═══ Recorded information ═══

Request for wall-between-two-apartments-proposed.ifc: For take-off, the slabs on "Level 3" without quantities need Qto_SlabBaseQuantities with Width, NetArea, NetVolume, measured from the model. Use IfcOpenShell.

First a look at what the model holds.

```python
import ifcopenshell
import ifcopenshell.util.element
import ifcopenshell.util.unit

model = ifcopenshell.open("wall-between-two-apartments-proposed.ifc")
print(model.schema)
for unit_type in ("LENGTHUNIT", "AREAUNIT", "VOLUMEUNIT"):
    print(unit_type, ifcopenshell.util.unit.calculate_unit_scale(model, unit_type))
storey = next(s for s in model.by_type("IfcBuildingStorey") if s.Name == "Level 3")
slabs = [e for e in ifcopenshell.util.element.get_decomposition(storey) if e.is_a("IfcSlab")]
for e in sorted(slabs, key=lambda e: e.id()):
    print(e.id(), e.is_a(), e.Name, list(ifcopenshell.util.element.get_psets(e, qtos_only=True)), sep=" | ")
```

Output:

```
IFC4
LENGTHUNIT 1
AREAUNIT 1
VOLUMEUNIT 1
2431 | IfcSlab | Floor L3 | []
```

```python
import ifcopenshell
import ifcopenshell.api.pset
import ifcopenshell.geom
import ifcopenshell.util.element
import ifcopenshell.util.shape
import ifcopenshell.util.unit

model = ifcopenshell.open("wall-between-two-apartments-proposed.ifc")
unit_scale = ifcopenshell.util.unit.calculate_unit_scale(model)
area_scale = ifcopenshell.util.unit.calculate_unit_scale(model, "AREAUNIT")
volume_scale = ifcopenshell.util.unit.calculate_unit_scale(model, "VOLUMEUNIT")
settings = ifcopenshell.geom.settings()

storey = next(s for s in model.by_type("IfcBuildingStorey") if s.Name == "Level 3")
slabs = [e for e in ifcopenshell.util.element.get_decomposition(storey) if e.is_a("IfcSlab")]

for e in sorted(slabs, key=lambda e: e.id()):
    if ifcopenshell.util.element.get_psets(e, qtos_only=True, should_inherit=False):
        continue
    # Geometry comes back in metres, in the element's own axes.
    shape = ifcopenshell.geom.create_shape(settings, e)
    values = {
        "Width": ifcopenshell.util.shape.get_z(shape.geometry) / unit_scale,
        "NetArea": ifcopenshell.util.shape.get_footprint_area(shape.geometry) / area_scale,
        "NetVolume": ifcopenshell.util.shape.get_volume(shape.geometry) / volume_scale,
    }
    qto = ifcopenshell.api.pset.add_qto(model, product=e, name="Qto_SlabBaseQuantities")
    ifcopenshell.api.pset.edit_qto(model, qto=qto, properties=values)
    print(e.id(), {k: round(v, 3) for k, v in values.items()})

model.write("wall-between-two-apartments-proposed-out.ifc")
```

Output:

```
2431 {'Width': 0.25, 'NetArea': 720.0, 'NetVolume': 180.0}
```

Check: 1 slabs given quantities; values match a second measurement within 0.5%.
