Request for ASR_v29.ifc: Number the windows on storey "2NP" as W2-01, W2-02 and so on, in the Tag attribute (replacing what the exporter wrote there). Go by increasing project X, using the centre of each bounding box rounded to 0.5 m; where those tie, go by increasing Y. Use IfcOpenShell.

First a look at what the model holds.

```python
import ifcopenshell
import ifcopenshell.util.element
import ifcopenshell.util.placement

model = ifcopenshell.open("ASR_v29.ifc")
print(model.schema)
storey = next(s for s in model.by_type("IfcBuildingStorey") if s.Name == "2NP")
windows = [e for e in ifcopenshell.util.element.get_decomposition(storey) if e.is_a("IfcWindow")]
for e in sorted(windows, key=lambda e: e.id()):
    origin = ifcopenshell.util.placement.get_local_placement(e.ObjectPlacement)[:3, 3]
    print(e.id(), e.Tag, e.Name, origin.round(2) + 0.0, sep=" | ")
```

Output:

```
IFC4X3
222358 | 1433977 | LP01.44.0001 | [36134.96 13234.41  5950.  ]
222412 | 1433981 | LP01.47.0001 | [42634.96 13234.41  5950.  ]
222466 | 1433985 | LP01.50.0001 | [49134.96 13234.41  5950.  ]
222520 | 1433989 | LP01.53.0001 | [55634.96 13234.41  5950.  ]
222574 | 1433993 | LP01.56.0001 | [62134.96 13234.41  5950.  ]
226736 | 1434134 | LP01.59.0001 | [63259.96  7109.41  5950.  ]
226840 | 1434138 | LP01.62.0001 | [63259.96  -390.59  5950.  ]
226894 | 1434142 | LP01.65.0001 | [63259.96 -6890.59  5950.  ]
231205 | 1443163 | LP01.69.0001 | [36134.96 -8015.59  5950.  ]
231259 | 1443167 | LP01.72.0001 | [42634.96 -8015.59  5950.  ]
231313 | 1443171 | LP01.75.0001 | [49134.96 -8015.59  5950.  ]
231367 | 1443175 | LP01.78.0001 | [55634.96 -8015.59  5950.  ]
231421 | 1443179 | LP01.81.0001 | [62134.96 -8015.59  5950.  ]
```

```python
import ifcopenshell
import ifcopenshell.geom
import ifcopenshell.util.element
import ifcopenshell.util.shape

model = ifcopenshell.open("ASR_v29.ifc")
settings = ifcopenshell.geom.settings()
settings.set("use-world-coords", True)


def centre(element):
    shape = ifcopenshell.geom.create_shape(settings, element)
    return ifcopenshell.util.shape.get_bbox_centroid(shape.geometry)


storey = next(s for s in model.by_type("IfcBuildingStorey") if s.Name == "2NP")
windows = [e for e in ifcopenshell.util.element.get_decomposition(storey) if e.is_a("IfcWindow")]

# Insertion points can sit at a corner or the storey origin, so sort by the geometry (in metres).
centres = {e: centre(e) for e in windows}
windows.sort(key=lambda e: (round(centres[e][0] / 0.5), centres[e][1]))

for i, e in enumerate(windows, start=1):
    number = f"W2-{i:02d}"
    e.Tag = number
    print(e.id(), number)

model.write("ASR_v29-out.ifc")
```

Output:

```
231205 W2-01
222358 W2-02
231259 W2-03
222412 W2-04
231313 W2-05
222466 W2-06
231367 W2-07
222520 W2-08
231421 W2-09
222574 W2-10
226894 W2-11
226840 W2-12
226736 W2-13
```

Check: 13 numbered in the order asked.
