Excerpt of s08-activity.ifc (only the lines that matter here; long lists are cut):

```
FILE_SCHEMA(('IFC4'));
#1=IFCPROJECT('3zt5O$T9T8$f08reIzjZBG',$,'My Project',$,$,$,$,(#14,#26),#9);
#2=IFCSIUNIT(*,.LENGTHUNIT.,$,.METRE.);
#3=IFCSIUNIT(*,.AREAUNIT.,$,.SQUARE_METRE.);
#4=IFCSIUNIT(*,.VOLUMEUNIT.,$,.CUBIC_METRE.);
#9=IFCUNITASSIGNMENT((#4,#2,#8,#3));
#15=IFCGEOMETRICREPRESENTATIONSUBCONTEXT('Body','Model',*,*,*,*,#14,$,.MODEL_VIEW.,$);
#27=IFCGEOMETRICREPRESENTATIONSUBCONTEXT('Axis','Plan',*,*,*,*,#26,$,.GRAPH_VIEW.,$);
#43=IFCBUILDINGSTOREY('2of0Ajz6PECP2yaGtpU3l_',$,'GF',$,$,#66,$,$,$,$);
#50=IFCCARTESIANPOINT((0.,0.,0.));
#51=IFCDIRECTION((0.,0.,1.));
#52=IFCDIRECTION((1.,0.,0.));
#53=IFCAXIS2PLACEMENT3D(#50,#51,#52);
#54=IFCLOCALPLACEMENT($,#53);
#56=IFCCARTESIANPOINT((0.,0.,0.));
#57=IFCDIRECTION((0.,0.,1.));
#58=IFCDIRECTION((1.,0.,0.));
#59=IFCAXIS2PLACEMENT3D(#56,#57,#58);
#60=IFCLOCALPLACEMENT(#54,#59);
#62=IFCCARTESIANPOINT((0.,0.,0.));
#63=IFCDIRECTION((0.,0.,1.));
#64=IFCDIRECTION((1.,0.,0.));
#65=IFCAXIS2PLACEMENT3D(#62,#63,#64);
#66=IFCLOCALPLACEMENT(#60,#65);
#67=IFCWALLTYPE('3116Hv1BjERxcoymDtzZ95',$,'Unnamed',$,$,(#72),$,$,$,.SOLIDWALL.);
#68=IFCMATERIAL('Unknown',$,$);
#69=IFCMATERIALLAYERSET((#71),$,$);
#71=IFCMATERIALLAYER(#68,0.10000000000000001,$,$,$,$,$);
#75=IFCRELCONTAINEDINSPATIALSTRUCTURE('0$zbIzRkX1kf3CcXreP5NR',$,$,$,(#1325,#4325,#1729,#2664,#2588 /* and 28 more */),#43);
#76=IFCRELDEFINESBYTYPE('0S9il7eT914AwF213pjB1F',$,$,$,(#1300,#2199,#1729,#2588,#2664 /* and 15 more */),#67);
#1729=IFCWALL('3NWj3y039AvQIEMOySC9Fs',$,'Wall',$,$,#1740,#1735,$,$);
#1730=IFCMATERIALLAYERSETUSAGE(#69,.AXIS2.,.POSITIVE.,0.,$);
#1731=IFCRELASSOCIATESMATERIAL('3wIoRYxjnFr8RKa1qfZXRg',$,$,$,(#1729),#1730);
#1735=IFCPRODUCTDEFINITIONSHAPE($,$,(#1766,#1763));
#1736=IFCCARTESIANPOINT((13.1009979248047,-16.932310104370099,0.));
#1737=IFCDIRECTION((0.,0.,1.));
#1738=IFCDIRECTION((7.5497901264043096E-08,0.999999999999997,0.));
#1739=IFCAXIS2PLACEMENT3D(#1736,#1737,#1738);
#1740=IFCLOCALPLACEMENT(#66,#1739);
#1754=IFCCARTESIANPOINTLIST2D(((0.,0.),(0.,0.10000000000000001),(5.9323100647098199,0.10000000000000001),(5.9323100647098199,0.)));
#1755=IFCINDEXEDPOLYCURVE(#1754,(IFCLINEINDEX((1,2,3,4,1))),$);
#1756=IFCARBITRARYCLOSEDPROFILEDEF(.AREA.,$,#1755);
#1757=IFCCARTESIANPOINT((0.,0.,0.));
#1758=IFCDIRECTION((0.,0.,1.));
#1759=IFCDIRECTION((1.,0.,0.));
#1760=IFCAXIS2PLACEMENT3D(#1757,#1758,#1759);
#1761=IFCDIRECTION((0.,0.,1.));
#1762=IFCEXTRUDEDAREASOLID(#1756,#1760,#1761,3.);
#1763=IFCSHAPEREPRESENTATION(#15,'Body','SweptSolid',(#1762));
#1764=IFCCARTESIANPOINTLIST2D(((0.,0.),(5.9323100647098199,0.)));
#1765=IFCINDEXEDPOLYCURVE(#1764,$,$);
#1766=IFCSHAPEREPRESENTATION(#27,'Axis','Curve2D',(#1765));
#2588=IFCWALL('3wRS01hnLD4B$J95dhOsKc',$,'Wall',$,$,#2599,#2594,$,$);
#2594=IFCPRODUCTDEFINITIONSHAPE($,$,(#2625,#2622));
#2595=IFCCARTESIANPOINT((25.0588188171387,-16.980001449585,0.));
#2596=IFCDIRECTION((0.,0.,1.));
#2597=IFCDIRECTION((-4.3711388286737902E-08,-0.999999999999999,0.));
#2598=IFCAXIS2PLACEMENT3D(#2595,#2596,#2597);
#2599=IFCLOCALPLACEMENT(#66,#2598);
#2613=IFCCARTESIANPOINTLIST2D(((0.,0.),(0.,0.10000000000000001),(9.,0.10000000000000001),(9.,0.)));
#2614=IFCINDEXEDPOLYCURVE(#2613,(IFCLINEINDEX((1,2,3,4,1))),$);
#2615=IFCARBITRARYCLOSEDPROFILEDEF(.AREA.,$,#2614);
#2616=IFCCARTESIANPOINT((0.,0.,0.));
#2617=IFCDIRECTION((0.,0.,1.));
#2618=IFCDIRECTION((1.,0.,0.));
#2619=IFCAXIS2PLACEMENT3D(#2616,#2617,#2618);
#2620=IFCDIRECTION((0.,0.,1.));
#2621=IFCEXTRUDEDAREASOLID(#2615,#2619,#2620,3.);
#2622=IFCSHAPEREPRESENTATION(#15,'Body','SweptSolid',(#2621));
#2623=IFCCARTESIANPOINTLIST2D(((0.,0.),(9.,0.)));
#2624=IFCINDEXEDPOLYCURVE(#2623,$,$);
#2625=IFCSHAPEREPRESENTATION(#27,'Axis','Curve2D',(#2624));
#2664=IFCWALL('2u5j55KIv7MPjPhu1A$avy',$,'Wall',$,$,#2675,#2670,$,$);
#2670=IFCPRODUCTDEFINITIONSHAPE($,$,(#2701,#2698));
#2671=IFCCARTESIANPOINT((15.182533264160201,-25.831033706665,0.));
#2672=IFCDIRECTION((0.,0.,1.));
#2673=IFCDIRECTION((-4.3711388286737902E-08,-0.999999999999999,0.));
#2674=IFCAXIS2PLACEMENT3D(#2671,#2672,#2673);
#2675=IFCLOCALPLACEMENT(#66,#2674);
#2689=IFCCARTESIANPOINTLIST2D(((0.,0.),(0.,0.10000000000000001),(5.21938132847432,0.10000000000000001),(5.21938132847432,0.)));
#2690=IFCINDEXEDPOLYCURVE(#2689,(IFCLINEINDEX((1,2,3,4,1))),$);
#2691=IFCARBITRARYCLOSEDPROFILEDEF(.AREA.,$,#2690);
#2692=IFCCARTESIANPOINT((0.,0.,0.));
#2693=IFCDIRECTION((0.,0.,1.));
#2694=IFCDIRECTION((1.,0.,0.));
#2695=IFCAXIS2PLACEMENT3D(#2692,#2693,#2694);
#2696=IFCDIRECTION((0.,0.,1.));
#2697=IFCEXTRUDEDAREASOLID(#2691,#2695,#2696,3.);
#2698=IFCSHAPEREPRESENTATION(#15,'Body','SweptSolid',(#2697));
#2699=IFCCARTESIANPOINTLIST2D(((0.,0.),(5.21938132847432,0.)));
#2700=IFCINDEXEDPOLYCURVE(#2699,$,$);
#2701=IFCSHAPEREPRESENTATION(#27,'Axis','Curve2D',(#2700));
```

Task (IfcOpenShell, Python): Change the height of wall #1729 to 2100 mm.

```python
import ifcopenshell
import ifcopenshell.geom
import ifcopenshell.util.representation
import ifcopenshell.util.shape
import ifcopenshell.util.unit

model = ifcopenshell.open("s08-activity.ifc")
unit_scale = ifcopenshell.util.unit.calculate_unit_scale(model)
settings = ifcopenshell.geom.settings()


def volume(element):
    """Net volume in cubic metres, openings subtracted."""
    shape = ifcopenshell.geom.create_shape(settings, element)
    return ifcopenshell.util.shape.get_volume(shape.geometry)


wall = model.by_guid("3NWj3y039AvQIEMOySC9Fs")
before = volume(wall)

body = ifcopenshell.util.representation.get_representation(wall, "Model", "Body")
solid = body.Items[0]
old_height = solid.Depth
solid.Depth = 2.1 / unit_scale
after = volume(wall)

print(f"height {old_height:g} -> {solid.Depth:g}, volume {before:.3f} -> {after:.3f} m3")

model.write("s08-activity_updated.ifc")
```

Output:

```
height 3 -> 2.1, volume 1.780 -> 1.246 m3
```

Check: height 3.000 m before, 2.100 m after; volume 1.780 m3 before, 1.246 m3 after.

═══

**What is required:** Wherever "IFCSIUNIT" occurs in the entries above, copy the line it sits on.

**Written solution:**
#2=IFCSIUNIT(*,.LENGTHUNIT.,$,.METRE.);
#3=IFCSIUNIT(*,.AREAUNIT.,$,.SQUARE_METRE.);
#4=IFCSIUNIT(*,.VOLUMEUNIT.,$,.CUBIC_METRE.);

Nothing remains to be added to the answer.